→ **REQUIRED ACTION**
Go through the data line by line. Copy each one holding the string "IFCLOCALPLACEMENT".

═════ EXCERPTED DATA

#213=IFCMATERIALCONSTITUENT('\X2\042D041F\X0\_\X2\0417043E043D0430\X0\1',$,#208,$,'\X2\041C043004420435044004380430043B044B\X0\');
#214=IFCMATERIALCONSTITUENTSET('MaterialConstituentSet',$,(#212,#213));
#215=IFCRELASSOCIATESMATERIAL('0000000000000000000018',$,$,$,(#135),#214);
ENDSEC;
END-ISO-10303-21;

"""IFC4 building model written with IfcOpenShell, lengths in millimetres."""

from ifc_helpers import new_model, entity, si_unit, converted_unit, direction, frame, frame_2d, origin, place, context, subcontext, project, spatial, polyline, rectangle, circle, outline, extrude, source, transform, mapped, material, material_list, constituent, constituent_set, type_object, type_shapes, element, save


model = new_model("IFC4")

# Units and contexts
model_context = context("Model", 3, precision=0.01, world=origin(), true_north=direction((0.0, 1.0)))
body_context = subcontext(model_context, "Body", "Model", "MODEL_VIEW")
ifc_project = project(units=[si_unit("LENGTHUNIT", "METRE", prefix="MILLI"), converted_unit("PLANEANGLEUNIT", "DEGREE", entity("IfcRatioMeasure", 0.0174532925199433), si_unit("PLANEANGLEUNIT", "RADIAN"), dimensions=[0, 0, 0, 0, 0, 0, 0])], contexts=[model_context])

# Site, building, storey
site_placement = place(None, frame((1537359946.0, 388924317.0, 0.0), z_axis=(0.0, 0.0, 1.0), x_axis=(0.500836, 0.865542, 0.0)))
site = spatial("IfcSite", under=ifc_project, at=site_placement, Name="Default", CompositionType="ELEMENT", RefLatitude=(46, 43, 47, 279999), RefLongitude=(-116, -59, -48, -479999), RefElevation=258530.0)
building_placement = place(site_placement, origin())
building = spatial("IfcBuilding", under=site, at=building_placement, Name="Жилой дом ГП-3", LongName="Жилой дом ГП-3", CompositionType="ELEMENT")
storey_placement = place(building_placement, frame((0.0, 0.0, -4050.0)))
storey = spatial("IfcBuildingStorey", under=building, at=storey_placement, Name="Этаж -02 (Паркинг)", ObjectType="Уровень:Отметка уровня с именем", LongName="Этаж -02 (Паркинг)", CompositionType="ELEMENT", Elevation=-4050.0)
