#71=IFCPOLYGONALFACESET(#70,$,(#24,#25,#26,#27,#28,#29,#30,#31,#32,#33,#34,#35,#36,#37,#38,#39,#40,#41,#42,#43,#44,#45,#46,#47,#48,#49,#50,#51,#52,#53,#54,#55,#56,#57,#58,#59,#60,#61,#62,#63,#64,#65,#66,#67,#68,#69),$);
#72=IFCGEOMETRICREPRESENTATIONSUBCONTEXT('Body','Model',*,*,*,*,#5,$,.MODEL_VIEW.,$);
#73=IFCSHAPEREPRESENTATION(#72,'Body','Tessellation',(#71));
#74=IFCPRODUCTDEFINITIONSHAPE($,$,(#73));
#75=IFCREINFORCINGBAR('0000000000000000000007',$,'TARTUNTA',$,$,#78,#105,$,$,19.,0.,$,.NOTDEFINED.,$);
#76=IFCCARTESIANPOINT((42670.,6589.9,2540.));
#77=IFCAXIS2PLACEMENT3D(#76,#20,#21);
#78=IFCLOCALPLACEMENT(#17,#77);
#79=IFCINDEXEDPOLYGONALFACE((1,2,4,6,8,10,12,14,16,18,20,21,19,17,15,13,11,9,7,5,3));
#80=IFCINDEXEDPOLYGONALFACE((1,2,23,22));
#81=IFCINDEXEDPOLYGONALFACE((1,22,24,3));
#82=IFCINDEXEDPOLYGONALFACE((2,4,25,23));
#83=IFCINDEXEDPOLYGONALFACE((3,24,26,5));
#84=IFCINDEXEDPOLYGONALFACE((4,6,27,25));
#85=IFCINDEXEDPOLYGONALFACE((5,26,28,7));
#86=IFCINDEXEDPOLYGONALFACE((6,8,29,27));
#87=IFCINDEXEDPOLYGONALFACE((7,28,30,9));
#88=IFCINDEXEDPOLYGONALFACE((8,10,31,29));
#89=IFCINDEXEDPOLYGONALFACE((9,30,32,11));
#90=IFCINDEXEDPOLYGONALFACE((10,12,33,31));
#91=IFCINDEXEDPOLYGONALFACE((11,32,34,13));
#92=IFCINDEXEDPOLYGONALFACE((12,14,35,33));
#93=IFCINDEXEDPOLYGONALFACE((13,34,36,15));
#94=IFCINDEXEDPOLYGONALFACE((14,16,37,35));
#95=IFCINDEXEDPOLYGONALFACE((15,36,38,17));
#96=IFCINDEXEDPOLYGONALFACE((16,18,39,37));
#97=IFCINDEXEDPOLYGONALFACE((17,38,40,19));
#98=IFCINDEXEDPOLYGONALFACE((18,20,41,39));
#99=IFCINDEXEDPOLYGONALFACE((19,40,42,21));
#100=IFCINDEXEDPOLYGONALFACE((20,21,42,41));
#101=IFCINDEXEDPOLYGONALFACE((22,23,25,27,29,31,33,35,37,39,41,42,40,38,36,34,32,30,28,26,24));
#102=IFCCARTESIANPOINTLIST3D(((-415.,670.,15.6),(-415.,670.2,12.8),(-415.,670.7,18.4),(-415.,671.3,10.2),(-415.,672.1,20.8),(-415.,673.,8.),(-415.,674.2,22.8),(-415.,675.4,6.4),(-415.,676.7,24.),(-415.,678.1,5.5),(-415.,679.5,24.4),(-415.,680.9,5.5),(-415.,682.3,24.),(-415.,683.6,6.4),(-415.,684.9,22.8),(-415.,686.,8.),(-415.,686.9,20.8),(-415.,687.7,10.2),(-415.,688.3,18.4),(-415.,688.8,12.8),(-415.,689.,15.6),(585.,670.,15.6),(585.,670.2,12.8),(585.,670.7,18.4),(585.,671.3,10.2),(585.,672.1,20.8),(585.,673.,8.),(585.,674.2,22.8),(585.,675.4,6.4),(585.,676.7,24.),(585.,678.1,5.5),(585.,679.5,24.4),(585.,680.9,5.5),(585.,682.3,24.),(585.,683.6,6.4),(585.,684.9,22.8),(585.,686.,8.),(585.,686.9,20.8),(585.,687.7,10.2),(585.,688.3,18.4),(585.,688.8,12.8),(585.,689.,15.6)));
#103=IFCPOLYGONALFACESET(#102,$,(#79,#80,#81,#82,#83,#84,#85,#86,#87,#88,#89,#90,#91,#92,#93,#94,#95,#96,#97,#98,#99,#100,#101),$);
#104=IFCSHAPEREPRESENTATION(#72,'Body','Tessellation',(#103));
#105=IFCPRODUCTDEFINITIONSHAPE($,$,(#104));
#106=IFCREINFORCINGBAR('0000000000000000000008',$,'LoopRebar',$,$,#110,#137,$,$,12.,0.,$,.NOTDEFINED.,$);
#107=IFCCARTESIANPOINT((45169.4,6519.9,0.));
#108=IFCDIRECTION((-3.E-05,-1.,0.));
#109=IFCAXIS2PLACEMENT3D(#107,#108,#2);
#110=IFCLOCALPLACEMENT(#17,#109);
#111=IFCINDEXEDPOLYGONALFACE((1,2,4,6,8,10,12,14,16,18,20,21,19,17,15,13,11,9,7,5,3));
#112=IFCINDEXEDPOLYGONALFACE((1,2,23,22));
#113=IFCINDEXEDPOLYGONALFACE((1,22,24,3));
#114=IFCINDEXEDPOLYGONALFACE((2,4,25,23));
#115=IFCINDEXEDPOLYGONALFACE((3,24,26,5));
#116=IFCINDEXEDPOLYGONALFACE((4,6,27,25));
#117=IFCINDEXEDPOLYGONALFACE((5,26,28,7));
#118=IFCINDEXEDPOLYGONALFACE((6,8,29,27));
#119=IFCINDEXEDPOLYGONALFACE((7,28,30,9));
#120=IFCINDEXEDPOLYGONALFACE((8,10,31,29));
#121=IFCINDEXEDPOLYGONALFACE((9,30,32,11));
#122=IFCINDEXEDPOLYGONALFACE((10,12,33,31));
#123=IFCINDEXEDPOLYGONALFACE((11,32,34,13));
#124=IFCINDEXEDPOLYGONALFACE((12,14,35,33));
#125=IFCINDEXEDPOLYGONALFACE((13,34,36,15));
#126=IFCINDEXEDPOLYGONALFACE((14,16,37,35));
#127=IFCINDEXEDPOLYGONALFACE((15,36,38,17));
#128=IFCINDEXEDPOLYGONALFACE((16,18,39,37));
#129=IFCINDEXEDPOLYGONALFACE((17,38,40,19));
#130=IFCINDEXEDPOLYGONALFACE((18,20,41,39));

══════════

→ **RESULT FOR THIS EXERCISE**
#78=IFCLOCALPLACEMENT(#17,#77);
#110=IFCLOCALPLACEMENT(#17,#109);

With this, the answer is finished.